→ TASK BRIEF: Return only those lines of the records below in which "IFCPOLYGONALFACESET" appears.

→ INPUT DATA:
━━━

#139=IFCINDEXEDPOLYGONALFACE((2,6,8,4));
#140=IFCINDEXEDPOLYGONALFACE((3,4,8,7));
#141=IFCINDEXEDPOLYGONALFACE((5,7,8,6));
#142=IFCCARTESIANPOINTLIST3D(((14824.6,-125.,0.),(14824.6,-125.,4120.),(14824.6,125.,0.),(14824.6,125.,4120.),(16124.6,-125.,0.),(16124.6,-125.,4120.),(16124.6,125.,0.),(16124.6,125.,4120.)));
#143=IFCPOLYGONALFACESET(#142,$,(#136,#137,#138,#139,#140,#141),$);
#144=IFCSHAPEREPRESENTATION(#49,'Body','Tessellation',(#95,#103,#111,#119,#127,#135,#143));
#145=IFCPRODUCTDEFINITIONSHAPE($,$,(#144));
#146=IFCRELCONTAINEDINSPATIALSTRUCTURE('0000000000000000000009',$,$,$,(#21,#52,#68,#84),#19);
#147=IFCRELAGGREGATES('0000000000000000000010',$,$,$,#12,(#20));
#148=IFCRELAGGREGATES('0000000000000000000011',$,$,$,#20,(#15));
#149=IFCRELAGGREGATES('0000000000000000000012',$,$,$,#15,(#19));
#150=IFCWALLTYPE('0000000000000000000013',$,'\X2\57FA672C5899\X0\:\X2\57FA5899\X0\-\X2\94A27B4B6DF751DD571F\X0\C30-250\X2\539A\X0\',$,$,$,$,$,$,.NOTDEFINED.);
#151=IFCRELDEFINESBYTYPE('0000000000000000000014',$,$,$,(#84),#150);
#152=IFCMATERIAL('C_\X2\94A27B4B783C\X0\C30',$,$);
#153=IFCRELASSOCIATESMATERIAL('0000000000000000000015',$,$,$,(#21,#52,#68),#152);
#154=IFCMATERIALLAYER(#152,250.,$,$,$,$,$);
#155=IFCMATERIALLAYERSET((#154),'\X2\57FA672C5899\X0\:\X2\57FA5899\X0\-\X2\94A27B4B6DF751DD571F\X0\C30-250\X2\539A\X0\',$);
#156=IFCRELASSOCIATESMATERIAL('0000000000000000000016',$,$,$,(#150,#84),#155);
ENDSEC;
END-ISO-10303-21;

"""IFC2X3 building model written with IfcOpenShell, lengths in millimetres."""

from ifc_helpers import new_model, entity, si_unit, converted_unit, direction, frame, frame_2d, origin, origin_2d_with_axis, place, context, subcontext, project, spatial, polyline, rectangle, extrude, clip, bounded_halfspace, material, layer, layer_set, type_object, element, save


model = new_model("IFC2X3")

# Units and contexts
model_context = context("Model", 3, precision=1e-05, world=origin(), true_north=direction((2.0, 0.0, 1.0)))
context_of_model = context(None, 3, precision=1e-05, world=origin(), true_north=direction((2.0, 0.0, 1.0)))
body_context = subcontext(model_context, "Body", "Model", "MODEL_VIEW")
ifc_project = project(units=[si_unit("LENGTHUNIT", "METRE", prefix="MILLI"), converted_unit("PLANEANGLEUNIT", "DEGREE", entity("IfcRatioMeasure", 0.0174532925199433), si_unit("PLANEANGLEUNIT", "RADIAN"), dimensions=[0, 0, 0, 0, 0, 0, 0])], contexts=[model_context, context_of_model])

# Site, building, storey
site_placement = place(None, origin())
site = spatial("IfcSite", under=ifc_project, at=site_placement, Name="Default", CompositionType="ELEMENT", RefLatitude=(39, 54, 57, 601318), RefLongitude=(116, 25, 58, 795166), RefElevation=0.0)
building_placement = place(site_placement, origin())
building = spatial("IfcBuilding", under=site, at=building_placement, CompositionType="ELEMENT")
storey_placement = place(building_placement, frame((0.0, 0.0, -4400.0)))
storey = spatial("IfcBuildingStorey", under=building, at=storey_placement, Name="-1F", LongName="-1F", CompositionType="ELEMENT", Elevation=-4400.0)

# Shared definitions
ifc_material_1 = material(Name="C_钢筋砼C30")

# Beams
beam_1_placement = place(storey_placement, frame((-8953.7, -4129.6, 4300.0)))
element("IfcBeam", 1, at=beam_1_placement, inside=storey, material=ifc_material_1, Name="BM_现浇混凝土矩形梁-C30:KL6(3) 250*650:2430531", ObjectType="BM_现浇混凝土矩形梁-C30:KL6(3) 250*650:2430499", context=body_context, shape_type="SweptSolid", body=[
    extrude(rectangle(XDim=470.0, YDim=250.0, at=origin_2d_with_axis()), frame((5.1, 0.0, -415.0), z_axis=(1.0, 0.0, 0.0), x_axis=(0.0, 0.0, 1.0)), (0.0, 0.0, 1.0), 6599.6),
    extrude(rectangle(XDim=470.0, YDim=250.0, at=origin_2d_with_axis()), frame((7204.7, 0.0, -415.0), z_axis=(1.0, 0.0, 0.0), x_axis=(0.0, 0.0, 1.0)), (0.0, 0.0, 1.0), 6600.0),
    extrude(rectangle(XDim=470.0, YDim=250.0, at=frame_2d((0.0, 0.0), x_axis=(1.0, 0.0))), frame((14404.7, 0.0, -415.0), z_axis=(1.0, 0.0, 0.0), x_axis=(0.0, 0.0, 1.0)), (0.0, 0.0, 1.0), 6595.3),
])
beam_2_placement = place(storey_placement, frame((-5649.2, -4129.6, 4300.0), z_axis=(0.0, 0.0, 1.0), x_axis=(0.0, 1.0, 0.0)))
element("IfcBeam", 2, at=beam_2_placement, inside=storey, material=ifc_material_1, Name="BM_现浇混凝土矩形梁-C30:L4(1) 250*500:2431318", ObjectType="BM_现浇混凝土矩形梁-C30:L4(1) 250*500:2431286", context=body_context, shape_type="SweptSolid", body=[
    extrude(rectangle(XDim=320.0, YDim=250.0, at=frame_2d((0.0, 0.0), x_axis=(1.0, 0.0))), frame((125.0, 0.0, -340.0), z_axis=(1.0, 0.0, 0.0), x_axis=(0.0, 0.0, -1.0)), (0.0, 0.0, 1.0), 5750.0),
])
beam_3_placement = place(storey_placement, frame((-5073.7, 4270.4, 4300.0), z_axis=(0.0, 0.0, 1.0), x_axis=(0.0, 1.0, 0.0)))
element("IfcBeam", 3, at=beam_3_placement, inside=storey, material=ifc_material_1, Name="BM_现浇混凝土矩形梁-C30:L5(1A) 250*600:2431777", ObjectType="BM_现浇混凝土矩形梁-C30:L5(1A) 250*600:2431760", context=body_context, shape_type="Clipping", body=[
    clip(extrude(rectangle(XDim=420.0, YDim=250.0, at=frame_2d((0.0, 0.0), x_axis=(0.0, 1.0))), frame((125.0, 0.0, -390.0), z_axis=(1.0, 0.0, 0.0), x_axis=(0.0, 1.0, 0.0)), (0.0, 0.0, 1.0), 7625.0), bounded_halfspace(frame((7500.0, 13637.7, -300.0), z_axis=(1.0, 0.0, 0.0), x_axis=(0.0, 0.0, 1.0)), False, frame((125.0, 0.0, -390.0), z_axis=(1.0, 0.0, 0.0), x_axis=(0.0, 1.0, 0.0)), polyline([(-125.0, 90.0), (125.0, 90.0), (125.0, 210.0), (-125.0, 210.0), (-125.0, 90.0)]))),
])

━━━

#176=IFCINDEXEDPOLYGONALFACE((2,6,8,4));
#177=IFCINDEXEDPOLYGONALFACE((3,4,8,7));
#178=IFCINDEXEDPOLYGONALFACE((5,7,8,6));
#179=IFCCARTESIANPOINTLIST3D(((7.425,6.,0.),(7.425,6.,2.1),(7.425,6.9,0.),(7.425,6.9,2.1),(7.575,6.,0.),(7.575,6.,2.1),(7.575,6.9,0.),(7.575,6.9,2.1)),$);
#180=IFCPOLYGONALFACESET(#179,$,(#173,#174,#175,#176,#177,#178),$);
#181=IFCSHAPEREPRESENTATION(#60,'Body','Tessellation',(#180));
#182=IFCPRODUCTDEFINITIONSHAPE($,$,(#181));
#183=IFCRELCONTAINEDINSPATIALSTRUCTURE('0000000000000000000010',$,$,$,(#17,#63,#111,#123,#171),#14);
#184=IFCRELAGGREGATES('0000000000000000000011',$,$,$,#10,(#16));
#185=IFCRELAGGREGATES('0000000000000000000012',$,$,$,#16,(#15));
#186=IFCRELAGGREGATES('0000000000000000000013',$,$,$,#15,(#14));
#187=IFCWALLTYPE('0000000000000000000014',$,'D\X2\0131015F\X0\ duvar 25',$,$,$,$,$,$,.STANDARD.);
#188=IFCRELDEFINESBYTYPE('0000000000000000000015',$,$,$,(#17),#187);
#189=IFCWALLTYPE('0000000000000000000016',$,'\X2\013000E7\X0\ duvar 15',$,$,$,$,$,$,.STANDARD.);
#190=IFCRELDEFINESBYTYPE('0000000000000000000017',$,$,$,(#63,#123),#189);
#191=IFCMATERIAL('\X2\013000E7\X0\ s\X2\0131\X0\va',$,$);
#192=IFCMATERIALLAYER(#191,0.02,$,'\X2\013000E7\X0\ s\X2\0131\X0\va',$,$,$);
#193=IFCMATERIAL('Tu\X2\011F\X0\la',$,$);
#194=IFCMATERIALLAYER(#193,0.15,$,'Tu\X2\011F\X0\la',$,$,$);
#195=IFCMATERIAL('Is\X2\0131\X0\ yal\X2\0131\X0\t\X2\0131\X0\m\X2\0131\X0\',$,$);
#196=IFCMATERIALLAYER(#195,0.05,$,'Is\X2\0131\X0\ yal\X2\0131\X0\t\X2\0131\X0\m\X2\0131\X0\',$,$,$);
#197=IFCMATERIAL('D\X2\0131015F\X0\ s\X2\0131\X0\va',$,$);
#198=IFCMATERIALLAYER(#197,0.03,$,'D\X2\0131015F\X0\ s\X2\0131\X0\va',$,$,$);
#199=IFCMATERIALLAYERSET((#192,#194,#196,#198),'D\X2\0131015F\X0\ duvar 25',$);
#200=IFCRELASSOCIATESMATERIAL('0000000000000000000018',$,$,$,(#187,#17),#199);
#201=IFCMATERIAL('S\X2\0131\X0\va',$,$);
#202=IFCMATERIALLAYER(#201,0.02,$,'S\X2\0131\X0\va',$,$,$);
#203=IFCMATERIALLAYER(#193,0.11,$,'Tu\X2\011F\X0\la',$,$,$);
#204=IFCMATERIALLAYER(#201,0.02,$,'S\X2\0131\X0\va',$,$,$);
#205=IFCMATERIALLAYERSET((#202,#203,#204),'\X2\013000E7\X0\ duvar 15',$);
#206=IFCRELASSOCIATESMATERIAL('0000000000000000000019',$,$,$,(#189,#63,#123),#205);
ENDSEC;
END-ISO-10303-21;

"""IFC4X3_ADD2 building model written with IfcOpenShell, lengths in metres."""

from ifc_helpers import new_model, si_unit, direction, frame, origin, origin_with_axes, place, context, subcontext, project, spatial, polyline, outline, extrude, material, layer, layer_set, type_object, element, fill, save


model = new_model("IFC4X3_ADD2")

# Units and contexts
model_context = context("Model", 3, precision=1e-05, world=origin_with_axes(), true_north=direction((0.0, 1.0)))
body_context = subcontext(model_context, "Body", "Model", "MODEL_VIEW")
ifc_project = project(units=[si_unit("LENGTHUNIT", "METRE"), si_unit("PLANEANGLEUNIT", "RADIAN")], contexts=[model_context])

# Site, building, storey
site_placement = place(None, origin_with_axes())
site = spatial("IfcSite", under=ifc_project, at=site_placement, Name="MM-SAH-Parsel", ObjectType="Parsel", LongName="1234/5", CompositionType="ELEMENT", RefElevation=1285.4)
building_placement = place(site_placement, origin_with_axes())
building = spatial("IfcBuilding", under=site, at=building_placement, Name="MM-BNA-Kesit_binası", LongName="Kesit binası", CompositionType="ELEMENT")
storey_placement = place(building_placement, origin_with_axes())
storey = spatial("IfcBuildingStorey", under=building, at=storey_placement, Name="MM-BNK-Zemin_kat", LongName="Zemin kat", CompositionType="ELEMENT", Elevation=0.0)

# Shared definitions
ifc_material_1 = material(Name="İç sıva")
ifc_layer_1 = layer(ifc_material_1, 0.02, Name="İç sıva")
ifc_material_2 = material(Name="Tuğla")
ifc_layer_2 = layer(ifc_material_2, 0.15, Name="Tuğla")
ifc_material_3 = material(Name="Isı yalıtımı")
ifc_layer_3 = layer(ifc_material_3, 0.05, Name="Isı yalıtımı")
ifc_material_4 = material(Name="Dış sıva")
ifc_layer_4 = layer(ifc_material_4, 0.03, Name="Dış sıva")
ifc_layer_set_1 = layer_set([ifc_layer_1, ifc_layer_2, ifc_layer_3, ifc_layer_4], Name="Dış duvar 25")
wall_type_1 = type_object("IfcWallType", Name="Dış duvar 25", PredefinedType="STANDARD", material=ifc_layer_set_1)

━━━

→ RESPONSE AREA:
#143=IFCPOLYGONALFACESET(#142,$,(#136,#137,#138,#139,#140,#141),$);
#180=IFCPOLYGONALFACESET(#179,$,(#173,#174,#175,#176,#177,#178),$);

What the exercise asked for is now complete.